=== Work required ===
Output range, inclusive: from the line containing "#51=IFCINDEXEDPOLYGONALFACE((5,7,8,6));" to the line containing "#67=IFCPRODUCTDEFINITIONSHAPE($,$,(#66));". Restate those lines from the data below word for word and only those.

(Records from a dataset)

- Opening Delimiter -

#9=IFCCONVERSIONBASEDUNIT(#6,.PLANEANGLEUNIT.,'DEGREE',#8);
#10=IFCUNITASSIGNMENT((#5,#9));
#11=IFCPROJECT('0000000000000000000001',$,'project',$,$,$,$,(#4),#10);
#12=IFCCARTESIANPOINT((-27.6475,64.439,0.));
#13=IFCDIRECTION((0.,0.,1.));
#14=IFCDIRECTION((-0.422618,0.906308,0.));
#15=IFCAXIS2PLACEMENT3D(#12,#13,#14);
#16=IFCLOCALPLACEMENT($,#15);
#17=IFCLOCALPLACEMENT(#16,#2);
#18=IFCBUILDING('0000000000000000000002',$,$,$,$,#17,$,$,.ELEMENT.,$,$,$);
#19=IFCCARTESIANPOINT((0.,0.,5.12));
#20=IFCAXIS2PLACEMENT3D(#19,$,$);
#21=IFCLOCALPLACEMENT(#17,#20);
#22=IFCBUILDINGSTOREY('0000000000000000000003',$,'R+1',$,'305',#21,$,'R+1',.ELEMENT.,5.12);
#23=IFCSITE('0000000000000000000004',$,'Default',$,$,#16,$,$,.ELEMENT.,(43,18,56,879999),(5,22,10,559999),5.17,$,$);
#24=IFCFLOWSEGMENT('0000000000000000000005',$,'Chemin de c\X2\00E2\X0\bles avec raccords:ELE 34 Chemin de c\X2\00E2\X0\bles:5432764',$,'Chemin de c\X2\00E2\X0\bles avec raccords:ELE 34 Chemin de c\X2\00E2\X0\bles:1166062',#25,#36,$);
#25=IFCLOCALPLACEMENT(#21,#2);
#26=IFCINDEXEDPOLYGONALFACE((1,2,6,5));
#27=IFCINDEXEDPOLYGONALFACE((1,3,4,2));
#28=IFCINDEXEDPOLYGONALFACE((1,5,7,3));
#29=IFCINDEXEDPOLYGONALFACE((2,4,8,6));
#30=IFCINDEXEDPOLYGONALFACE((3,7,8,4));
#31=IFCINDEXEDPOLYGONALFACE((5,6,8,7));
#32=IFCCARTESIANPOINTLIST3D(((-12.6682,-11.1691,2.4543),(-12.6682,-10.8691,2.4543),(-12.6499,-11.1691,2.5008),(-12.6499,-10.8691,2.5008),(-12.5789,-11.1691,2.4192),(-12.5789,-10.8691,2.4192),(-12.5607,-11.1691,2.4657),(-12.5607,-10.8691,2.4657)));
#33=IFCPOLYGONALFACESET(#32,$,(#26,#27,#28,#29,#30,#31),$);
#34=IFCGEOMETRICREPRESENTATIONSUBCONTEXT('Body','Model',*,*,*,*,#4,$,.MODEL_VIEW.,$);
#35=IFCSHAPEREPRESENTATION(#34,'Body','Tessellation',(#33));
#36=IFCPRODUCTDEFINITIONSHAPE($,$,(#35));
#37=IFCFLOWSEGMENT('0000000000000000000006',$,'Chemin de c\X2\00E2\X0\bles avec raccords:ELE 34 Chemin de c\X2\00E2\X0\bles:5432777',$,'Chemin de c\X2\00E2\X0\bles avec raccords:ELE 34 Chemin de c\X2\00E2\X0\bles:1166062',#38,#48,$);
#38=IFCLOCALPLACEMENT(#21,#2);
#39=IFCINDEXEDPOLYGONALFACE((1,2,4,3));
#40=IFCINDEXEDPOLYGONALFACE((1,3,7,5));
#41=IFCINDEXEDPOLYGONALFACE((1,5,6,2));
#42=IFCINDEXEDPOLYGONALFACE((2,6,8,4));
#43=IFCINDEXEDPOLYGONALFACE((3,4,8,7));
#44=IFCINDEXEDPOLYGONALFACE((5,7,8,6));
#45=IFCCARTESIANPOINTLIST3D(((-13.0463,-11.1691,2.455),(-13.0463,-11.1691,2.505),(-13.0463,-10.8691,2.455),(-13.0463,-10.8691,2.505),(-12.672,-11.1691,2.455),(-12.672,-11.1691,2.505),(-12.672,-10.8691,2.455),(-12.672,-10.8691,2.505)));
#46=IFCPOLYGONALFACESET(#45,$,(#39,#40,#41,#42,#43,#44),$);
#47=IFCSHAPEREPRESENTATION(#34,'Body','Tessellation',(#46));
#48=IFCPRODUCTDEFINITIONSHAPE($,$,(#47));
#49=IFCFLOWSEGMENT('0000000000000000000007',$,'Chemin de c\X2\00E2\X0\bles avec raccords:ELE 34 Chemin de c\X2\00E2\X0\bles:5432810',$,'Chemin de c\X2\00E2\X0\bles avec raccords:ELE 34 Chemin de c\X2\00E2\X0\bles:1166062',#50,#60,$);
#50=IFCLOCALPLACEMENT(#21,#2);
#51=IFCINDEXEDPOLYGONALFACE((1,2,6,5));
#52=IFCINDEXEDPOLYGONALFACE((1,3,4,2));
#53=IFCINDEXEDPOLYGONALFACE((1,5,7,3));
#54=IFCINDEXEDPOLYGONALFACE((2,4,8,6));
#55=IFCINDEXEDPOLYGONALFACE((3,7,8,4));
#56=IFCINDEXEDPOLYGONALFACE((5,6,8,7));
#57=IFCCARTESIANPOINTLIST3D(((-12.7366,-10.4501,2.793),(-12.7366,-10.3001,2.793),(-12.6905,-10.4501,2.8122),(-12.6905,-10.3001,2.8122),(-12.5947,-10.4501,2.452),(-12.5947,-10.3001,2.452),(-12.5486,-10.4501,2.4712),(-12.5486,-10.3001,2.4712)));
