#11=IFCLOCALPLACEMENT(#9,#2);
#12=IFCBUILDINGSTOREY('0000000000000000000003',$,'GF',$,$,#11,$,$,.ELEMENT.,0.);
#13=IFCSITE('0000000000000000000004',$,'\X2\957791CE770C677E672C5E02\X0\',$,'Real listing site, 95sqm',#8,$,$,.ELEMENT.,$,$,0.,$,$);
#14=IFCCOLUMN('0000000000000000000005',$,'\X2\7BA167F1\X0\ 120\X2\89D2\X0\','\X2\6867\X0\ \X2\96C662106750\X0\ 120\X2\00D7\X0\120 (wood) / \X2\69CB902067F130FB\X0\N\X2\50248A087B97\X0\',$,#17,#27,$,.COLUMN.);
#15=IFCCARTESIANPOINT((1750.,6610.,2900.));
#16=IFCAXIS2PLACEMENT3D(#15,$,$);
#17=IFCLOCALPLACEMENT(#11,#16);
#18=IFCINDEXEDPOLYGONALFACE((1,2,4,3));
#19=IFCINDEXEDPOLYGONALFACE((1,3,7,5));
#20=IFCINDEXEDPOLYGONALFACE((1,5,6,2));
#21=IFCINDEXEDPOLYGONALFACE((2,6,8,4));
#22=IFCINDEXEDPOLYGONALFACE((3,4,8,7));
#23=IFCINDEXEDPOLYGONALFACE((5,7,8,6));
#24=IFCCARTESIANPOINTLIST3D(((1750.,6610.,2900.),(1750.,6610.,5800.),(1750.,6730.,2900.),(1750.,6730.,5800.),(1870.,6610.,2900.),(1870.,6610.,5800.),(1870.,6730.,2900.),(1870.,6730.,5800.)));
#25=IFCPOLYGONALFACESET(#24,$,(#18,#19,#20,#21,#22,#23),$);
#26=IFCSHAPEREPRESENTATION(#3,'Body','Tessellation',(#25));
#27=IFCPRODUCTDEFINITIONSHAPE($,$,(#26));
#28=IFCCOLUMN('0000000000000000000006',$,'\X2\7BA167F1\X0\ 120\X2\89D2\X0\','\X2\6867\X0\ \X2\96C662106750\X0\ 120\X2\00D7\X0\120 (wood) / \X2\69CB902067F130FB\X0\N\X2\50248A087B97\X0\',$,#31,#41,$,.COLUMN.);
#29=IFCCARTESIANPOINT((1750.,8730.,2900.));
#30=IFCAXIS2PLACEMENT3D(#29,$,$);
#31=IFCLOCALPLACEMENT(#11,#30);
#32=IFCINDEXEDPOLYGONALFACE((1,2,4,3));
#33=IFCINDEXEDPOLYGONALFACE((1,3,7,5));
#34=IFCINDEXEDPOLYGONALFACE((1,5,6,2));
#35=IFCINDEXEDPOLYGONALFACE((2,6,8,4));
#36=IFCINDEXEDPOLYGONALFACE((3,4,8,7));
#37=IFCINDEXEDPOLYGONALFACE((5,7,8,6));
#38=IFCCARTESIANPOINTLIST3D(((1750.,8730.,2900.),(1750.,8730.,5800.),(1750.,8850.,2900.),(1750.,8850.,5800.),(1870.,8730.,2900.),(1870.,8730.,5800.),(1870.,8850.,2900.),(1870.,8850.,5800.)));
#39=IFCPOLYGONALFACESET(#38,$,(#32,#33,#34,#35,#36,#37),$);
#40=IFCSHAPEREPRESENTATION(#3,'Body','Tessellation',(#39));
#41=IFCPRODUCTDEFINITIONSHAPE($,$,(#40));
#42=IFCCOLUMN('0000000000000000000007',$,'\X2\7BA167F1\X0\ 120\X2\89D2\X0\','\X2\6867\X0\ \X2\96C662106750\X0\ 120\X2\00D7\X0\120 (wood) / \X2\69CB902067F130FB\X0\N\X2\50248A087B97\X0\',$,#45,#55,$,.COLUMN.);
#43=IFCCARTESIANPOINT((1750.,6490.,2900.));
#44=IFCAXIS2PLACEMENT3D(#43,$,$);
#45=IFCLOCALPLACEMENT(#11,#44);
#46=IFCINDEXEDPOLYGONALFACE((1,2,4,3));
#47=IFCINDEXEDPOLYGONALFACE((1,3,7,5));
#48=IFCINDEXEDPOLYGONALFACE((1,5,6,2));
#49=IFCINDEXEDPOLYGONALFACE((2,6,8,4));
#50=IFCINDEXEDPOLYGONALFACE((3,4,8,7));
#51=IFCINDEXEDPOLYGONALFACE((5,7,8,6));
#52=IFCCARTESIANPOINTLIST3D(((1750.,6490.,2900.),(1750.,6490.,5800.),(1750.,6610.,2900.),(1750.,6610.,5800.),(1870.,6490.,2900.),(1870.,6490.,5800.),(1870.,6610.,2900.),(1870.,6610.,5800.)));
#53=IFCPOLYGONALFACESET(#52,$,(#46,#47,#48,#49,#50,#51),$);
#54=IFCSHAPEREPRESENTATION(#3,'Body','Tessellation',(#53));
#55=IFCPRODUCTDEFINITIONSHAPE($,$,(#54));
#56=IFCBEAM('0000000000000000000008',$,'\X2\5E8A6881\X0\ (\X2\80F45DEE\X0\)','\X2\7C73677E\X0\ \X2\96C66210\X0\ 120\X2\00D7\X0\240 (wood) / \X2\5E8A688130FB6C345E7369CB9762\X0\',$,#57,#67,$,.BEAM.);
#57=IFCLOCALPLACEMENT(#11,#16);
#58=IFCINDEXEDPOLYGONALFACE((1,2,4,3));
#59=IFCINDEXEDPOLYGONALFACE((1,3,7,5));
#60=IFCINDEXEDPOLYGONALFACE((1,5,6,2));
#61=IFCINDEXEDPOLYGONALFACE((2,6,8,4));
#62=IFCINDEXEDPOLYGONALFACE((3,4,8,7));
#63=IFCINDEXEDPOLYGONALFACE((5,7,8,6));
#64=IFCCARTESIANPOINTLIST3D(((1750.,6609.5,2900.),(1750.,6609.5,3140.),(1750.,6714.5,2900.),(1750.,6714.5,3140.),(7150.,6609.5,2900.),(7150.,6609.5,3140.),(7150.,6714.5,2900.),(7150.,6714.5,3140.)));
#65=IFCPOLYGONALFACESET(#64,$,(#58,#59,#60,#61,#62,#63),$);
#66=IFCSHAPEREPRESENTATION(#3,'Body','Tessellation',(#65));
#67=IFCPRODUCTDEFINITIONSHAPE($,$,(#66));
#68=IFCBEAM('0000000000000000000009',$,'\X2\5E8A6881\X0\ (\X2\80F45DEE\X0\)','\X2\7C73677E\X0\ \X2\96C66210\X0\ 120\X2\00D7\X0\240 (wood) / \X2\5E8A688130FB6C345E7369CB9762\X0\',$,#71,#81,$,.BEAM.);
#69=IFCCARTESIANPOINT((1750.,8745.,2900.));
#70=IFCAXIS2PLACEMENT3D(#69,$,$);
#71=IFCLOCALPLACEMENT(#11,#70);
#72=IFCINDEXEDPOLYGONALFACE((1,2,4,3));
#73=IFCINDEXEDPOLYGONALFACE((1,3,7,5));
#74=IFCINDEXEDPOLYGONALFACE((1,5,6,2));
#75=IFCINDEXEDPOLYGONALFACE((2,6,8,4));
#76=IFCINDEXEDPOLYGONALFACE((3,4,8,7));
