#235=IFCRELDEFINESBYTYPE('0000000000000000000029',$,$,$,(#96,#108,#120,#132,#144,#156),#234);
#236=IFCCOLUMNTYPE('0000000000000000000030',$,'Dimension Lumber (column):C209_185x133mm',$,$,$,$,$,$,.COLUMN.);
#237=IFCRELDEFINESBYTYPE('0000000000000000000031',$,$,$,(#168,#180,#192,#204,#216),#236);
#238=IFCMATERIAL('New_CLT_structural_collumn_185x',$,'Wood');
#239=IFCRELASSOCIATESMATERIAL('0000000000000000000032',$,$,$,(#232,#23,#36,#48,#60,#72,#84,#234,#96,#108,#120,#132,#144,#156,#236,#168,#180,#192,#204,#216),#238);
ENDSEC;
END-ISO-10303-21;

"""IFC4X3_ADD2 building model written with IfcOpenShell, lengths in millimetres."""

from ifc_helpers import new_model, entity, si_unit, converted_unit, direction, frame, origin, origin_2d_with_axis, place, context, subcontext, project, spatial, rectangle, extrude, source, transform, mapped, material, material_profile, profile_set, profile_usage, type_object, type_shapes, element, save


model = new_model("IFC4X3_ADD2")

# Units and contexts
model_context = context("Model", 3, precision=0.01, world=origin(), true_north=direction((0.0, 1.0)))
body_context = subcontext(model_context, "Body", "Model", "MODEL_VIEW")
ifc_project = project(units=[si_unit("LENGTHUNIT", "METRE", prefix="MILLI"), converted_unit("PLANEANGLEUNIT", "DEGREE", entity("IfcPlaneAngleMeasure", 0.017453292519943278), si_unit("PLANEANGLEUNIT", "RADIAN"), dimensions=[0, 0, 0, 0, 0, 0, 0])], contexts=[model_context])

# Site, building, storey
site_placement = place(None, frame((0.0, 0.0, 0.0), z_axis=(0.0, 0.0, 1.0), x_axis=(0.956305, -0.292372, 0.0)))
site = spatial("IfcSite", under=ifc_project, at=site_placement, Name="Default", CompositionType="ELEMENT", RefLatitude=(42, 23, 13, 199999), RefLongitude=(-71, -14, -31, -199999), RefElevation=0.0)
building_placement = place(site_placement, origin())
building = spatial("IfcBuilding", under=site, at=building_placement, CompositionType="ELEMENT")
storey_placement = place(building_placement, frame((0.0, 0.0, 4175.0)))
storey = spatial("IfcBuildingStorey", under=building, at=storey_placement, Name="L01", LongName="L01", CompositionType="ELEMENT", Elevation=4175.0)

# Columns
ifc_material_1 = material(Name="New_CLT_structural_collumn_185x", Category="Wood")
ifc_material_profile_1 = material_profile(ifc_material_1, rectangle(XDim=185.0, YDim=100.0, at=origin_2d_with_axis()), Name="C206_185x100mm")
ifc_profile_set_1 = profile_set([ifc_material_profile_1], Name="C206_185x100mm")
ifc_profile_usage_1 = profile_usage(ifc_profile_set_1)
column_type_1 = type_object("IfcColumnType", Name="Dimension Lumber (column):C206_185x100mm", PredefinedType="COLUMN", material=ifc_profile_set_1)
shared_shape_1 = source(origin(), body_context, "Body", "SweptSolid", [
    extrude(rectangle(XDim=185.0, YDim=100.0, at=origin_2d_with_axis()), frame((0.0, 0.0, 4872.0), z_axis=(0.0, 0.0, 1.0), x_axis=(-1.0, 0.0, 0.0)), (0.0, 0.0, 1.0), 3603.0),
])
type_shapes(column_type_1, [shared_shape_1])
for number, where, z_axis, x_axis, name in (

- Closing Delimiter -

=== Answer area ===
#51=IFCINDEXEDPOLYGONALFACE((5,7,8,6));
#52=IFCCARTESIANPOINTLIST3D(((1750.,6490.,2900.),(1750.,6490.,5800.),(1750.,6610.,2900.),(1750.,6610.,5800.),(1870.,6490.,2900.),(1870.,6490.,5800.),(1870.,6610.,2900.),(1870.,6610.,5800.)));
#53=IFCPOLYGONALFACESET(#52,$,(#46,#47,#48,#49,#50,#51),$);
#54=IFCSHAPEREPRESENTATION(#3,'Body','Tessellation',(#53));
#55=IFCPRODUCTDEFINITIONSHAPE($,$,(#54));
#56=IFCBEAM('0000000000000000000008',$,'\X2\5E8A6881\X0\ (\X2\80F45DEE\X0\)','\X2\7C73677E\X0\ \X2\96C66210\X0\ 120\X2\00D7\X0\240 (wood) / \X2\5E8A688130FB6C345E7369CB9762\X0\',$,#57,#67,$,.BEAM.);
#57=IFCLOCALPLACEMENT(#11,#16);
#58=IFCINDEXEDPOLYGONALFACE((1,2,4,3));
#59=IFCINDEXEDPOLYGONALFACE((1,3,7,5));
#60=IFCINDEXEDPOLYGONALFACE((1,5,6,2));
#61=IFCINDEXEDPOLYGONALFACE((2,6,8,4));
#62=IFCINDEXEDPOLYGONALFACE((3,4,8,7));
#63=IFCINDEXEDPOLYGONALFACE((5,7,8,6));
#64=IFCCARTESIANPOINTLIST3D(((1750.,6609.5,2900.),(1750.,6609.5,3140.),(1750.,6714.5,2900.),(1750.,6714.5,3140.),(7150.,6609.5,2900.),(7150.,6609.5,3140.),(7150.,6714.5,2900.),(7150.,6714.5,3140.)));
#65=IFCPOLYGONALFACESET(#64,$,(#58,#59,#60,#61,#62,#63),$);
#66=IFCSHAPEREPRESENTATION(#3,'Body','Tessellation',(#65));
#67=IFCPRODUCTDEFINITIONSHAPE($,$,(#66));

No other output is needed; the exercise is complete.